SUPPLIED DATA:
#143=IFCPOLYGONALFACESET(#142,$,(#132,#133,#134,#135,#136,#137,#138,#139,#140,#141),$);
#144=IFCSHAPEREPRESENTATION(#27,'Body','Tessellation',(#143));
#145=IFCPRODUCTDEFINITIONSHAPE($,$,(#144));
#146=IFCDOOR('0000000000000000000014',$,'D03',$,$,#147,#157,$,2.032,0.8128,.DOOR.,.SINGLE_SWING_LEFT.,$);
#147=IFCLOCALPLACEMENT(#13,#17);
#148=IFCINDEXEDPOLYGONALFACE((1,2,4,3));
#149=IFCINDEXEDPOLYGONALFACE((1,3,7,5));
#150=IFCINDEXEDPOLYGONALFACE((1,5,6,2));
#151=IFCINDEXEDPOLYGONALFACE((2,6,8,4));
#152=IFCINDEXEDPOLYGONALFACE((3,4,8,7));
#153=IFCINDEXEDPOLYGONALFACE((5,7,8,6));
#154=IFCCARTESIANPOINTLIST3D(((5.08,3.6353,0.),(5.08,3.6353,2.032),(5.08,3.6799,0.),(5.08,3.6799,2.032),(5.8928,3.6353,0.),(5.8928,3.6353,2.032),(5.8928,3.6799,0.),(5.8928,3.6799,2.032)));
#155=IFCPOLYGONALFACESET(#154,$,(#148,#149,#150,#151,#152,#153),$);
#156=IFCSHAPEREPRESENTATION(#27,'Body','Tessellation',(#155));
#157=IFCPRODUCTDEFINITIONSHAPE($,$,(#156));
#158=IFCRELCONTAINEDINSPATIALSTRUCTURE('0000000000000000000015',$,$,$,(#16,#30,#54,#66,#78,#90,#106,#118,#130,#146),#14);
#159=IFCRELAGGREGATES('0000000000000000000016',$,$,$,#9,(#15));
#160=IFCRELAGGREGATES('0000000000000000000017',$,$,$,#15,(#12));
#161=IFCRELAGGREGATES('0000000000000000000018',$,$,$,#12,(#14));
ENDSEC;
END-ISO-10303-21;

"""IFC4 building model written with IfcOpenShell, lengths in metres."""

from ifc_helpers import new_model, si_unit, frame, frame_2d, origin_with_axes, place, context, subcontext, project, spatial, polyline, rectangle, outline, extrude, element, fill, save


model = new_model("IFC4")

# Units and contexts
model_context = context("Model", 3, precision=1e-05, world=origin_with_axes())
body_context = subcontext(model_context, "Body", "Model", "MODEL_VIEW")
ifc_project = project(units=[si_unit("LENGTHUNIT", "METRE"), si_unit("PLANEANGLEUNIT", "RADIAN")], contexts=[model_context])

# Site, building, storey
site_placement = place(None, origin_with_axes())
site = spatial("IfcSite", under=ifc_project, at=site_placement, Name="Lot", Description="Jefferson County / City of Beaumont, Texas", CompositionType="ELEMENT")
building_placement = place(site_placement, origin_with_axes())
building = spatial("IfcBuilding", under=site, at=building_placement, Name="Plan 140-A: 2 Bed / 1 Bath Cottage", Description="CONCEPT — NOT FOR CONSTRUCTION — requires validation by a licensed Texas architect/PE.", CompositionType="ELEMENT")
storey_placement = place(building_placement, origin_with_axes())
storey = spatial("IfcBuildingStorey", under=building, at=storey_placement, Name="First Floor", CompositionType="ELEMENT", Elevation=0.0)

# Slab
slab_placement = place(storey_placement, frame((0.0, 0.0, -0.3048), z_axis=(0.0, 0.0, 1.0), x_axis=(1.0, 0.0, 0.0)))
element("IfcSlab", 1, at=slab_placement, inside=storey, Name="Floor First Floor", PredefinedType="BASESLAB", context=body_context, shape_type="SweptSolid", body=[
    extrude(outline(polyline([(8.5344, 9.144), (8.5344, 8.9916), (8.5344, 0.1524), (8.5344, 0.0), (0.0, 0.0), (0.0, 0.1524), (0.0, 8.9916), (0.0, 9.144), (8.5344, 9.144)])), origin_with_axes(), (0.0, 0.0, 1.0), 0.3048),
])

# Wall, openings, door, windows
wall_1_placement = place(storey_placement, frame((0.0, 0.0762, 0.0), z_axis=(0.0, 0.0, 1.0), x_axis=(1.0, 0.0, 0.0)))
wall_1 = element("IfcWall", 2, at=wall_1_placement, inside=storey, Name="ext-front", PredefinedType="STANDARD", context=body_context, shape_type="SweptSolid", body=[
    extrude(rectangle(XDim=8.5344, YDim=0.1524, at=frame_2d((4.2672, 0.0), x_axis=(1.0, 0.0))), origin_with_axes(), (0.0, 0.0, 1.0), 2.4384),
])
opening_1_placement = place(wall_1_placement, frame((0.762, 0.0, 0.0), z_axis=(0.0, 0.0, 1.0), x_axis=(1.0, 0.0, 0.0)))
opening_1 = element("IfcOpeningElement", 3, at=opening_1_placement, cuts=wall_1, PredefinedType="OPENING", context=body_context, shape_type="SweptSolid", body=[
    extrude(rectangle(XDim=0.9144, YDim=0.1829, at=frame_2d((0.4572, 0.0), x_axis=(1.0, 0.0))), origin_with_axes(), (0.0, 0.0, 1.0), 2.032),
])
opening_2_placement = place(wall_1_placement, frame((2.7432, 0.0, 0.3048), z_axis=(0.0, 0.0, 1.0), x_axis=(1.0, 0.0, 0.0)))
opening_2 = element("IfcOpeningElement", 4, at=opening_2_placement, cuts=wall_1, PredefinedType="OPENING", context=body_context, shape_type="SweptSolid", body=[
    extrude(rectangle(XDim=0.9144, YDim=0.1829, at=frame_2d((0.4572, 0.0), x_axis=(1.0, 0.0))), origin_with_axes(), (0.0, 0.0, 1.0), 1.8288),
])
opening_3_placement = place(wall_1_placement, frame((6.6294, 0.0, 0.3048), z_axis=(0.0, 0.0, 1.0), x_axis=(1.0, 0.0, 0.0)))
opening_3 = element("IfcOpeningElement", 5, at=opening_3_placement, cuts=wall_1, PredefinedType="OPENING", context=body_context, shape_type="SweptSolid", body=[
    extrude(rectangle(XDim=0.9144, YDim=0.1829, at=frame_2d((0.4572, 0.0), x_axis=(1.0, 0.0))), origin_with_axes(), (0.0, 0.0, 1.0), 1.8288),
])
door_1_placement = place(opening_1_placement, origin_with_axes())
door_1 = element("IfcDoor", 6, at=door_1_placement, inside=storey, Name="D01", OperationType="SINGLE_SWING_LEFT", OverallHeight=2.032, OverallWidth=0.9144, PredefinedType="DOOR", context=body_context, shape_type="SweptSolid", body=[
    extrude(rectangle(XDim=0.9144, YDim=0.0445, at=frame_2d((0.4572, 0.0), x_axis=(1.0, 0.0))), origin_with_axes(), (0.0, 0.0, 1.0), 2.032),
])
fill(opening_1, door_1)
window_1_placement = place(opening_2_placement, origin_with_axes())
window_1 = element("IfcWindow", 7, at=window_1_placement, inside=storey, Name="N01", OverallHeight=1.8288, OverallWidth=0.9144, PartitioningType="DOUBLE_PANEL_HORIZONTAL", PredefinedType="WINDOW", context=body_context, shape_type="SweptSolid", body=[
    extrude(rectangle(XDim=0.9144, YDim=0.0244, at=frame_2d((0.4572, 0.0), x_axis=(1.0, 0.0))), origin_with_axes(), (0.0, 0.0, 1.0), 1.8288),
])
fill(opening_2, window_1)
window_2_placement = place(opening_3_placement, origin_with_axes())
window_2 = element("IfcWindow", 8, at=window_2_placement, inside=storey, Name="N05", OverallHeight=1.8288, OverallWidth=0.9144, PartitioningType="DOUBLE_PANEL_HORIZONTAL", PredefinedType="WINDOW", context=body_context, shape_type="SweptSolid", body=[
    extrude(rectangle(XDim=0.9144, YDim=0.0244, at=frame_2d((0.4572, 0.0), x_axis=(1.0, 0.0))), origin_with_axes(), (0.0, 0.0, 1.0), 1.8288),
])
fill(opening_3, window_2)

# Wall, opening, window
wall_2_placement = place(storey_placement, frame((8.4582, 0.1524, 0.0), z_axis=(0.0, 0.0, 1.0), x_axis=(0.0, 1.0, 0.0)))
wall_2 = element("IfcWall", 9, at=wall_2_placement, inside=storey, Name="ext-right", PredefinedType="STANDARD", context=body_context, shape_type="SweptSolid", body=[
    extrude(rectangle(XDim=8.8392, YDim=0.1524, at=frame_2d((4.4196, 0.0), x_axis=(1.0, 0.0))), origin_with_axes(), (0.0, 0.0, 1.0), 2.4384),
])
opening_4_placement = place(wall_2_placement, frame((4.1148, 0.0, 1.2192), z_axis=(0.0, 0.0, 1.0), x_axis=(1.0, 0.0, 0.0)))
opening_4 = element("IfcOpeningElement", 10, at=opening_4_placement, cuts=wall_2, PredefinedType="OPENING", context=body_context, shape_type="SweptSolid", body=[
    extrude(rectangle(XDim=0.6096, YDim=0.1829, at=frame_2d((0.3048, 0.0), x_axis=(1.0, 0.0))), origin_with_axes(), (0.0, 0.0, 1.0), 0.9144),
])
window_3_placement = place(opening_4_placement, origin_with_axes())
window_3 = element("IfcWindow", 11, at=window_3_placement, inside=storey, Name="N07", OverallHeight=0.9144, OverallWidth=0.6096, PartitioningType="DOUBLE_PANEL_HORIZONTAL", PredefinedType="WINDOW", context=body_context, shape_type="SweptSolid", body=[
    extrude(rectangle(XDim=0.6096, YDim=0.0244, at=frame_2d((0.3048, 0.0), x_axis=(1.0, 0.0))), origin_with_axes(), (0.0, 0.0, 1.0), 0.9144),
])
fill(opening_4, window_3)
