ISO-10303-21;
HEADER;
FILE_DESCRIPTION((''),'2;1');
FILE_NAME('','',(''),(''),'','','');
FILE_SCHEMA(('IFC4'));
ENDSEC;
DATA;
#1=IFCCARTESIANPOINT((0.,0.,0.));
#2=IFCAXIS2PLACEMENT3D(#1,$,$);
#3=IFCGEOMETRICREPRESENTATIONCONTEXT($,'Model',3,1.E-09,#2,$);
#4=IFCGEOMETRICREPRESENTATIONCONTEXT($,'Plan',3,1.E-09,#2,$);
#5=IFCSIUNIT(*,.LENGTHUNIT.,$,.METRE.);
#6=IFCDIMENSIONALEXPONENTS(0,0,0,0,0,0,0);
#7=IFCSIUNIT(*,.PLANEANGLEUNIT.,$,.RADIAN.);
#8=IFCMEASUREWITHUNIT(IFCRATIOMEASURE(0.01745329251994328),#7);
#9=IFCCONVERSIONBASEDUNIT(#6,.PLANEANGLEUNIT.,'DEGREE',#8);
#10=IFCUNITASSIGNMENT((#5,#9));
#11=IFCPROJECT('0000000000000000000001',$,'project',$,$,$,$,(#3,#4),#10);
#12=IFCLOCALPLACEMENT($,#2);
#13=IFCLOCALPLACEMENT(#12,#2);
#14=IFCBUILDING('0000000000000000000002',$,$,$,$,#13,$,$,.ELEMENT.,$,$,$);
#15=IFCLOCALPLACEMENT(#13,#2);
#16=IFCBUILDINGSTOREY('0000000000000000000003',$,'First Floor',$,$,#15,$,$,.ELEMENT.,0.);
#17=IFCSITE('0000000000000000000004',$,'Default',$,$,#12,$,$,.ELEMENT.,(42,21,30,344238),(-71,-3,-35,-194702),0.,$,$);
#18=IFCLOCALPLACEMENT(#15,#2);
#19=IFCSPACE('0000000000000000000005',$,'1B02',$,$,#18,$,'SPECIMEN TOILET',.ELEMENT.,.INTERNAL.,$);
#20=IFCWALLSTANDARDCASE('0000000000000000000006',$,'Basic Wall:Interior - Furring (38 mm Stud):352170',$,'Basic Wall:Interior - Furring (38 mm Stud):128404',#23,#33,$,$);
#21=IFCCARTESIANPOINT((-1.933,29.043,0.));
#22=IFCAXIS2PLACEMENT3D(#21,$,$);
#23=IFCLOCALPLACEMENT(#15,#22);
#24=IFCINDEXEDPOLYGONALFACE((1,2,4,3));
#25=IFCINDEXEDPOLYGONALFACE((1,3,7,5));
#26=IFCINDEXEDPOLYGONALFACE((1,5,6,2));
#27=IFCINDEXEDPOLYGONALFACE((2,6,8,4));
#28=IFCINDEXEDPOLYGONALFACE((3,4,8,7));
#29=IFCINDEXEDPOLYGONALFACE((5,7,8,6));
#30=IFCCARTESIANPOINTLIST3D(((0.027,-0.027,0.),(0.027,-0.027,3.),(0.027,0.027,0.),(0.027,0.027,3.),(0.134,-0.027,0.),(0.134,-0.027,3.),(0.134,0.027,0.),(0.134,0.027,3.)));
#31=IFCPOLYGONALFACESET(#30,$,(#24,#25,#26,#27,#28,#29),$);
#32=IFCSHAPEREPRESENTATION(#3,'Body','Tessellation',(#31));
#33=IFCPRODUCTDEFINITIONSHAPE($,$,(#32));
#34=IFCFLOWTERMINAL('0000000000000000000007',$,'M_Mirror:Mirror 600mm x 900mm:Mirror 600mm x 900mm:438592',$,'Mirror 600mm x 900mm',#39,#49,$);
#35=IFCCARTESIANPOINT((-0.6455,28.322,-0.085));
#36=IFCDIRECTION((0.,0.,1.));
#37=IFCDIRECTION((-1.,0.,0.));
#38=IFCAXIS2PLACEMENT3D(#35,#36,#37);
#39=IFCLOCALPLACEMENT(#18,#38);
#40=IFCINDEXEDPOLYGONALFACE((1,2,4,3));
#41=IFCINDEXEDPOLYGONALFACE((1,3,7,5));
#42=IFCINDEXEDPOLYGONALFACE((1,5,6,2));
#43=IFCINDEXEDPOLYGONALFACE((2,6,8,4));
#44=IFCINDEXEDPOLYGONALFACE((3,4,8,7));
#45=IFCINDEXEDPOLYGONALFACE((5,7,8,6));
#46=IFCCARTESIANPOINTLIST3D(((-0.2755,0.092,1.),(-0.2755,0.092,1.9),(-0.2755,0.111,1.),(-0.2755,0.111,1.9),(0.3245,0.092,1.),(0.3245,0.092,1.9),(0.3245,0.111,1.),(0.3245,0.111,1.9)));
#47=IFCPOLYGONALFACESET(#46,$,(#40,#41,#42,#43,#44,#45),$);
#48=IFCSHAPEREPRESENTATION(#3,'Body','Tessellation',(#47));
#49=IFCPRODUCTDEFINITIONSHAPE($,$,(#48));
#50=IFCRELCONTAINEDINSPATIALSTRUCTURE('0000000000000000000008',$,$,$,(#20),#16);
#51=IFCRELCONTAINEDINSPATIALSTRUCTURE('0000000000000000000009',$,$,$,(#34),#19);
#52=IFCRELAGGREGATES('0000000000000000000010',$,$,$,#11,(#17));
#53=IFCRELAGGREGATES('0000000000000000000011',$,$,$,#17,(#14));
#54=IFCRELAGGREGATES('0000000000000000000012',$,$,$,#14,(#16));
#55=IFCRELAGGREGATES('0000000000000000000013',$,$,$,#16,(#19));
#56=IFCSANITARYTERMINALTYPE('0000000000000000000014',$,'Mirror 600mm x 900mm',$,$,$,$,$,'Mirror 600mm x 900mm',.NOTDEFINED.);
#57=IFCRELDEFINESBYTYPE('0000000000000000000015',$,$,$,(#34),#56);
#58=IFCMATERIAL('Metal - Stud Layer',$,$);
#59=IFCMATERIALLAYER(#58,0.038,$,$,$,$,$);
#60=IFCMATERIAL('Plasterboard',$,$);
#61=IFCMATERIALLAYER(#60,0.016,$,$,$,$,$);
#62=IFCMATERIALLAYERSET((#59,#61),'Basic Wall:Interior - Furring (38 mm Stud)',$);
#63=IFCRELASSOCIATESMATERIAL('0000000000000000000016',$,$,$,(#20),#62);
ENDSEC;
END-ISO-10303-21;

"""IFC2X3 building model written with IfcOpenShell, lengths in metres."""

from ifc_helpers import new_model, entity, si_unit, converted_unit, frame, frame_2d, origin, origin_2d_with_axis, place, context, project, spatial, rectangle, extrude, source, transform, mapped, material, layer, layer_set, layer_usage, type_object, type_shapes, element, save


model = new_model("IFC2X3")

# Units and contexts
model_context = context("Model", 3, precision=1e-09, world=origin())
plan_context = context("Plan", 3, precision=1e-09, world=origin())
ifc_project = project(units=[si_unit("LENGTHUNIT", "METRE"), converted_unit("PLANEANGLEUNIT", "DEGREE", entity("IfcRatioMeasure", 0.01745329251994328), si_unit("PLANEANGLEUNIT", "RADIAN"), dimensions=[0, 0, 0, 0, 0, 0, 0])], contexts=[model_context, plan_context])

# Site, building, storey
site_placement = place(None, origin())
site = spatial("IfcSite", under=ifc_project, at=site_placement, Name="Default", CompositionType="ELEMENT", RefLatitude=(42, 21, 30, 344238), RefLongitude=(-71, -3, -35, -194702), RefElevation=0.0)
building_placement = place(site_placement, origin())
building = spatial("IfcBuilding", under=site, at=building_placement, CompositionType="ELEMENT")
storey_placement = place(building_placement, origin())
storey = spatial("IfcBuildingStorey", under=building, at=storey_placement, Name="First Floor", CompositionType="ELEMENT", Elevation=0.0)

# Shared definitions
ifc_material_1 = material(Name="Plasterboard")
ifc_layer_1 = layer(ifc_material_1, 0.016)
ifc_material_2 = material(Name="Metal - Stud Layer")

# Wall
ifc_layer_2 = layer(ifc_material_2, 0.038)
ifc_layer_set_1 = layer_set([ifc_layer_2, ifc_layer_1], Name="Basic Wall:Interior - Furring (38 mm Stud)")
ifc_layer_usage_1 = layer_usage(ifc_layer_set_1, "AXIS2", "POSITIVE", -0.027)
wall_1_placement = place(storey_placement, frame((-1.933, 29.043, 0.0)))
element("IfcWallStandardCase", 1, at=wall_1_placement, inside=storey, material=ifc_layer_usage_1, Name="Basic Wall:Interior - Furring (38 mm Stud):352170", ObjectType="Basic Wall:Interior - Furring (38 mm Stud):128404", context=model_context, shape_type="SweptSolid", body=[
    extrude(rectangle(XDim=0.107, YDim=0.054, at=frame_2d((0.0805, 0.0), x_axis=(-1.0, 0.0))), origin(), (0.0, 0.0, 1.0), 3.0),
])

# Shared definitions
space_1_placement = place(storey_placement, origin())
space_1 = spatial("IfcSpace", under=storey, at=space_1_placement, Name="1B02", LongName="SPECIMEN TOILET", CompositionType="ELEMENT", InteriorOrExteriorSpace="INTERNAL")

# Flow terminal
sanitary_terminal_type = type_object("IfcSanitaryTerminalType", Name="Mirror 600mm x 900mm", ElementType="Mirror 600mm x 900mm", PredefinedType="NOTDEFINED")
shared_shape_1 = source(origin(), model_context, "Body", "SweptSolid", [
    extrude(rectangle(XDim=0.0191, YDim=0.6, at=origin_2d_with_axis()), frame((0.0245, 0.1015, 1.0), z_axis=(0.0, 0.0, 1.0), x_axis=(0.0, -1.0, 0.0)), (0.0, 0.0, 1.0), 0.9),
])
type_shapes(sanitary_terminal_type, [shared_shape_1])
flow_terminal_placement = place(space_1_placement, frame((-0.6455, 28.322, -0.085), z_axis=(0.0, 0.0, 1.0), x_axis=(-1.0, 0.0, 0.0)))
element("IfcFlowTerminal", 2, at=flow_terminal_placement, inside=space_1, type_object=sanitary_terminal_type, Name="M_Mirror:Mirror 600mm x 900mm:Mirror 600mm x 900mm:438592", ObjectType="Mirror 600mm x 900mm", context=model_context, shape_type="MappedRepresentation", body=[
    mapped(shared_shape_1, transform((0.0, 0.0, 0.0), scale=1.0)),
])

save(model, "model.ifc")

EXERCISE BRIEF: Copy out only the lines of the records above from the one with "#147=IFCLOCALPLACEMENT(#13,#17);" through the one with "#157=IFCPRODUCTDEFINITIONSHAPE($,$,(#156));", exactly as they stand, both included.

RESPONSE BELOW:
#147=IFCLOCALPLACEMENT(#13,#17);
#148=IFCINDEXEDPOLYGONALFACE((1,2,4,3));
#149=IFCINDEXEDPOLYGONALFACE((1,3,7,5));
#150=IFCINDEXEDPOLYGONALFACE((1,5,6,2));
#151=IFCINDEXEDPOLYGONALFACE((2,6,8,4));
#152=IFCINDEXEDPOLYGONALFACE((3,4,8,7));
#153=IFCINDEXEDPOLYGONALFACE((5,7,8,6));
#154=IFCCARTESIANPOINTLIST3D(((5.08,3.6353,0.),(5.08,3.6353,2.032),(5.08,3.6799,0.),(5.08,3.6799,2.032),(5.8928,3.6353,0.),(5.8928,3.6353,2.032),(5.8928,3.6799,0.),(5.8928,3.6799,2.032)));
#155=IFCPOLYGONALFACESET(#154,$,(#148,#149,#150,#151,#152,#153),$);
#156=IFCSHAPEREPRESENTATION(#27,'Body','Tessellation',(#155));
#157=IFCPRODUCTDEFINITIONSHAPE($,$,(#156));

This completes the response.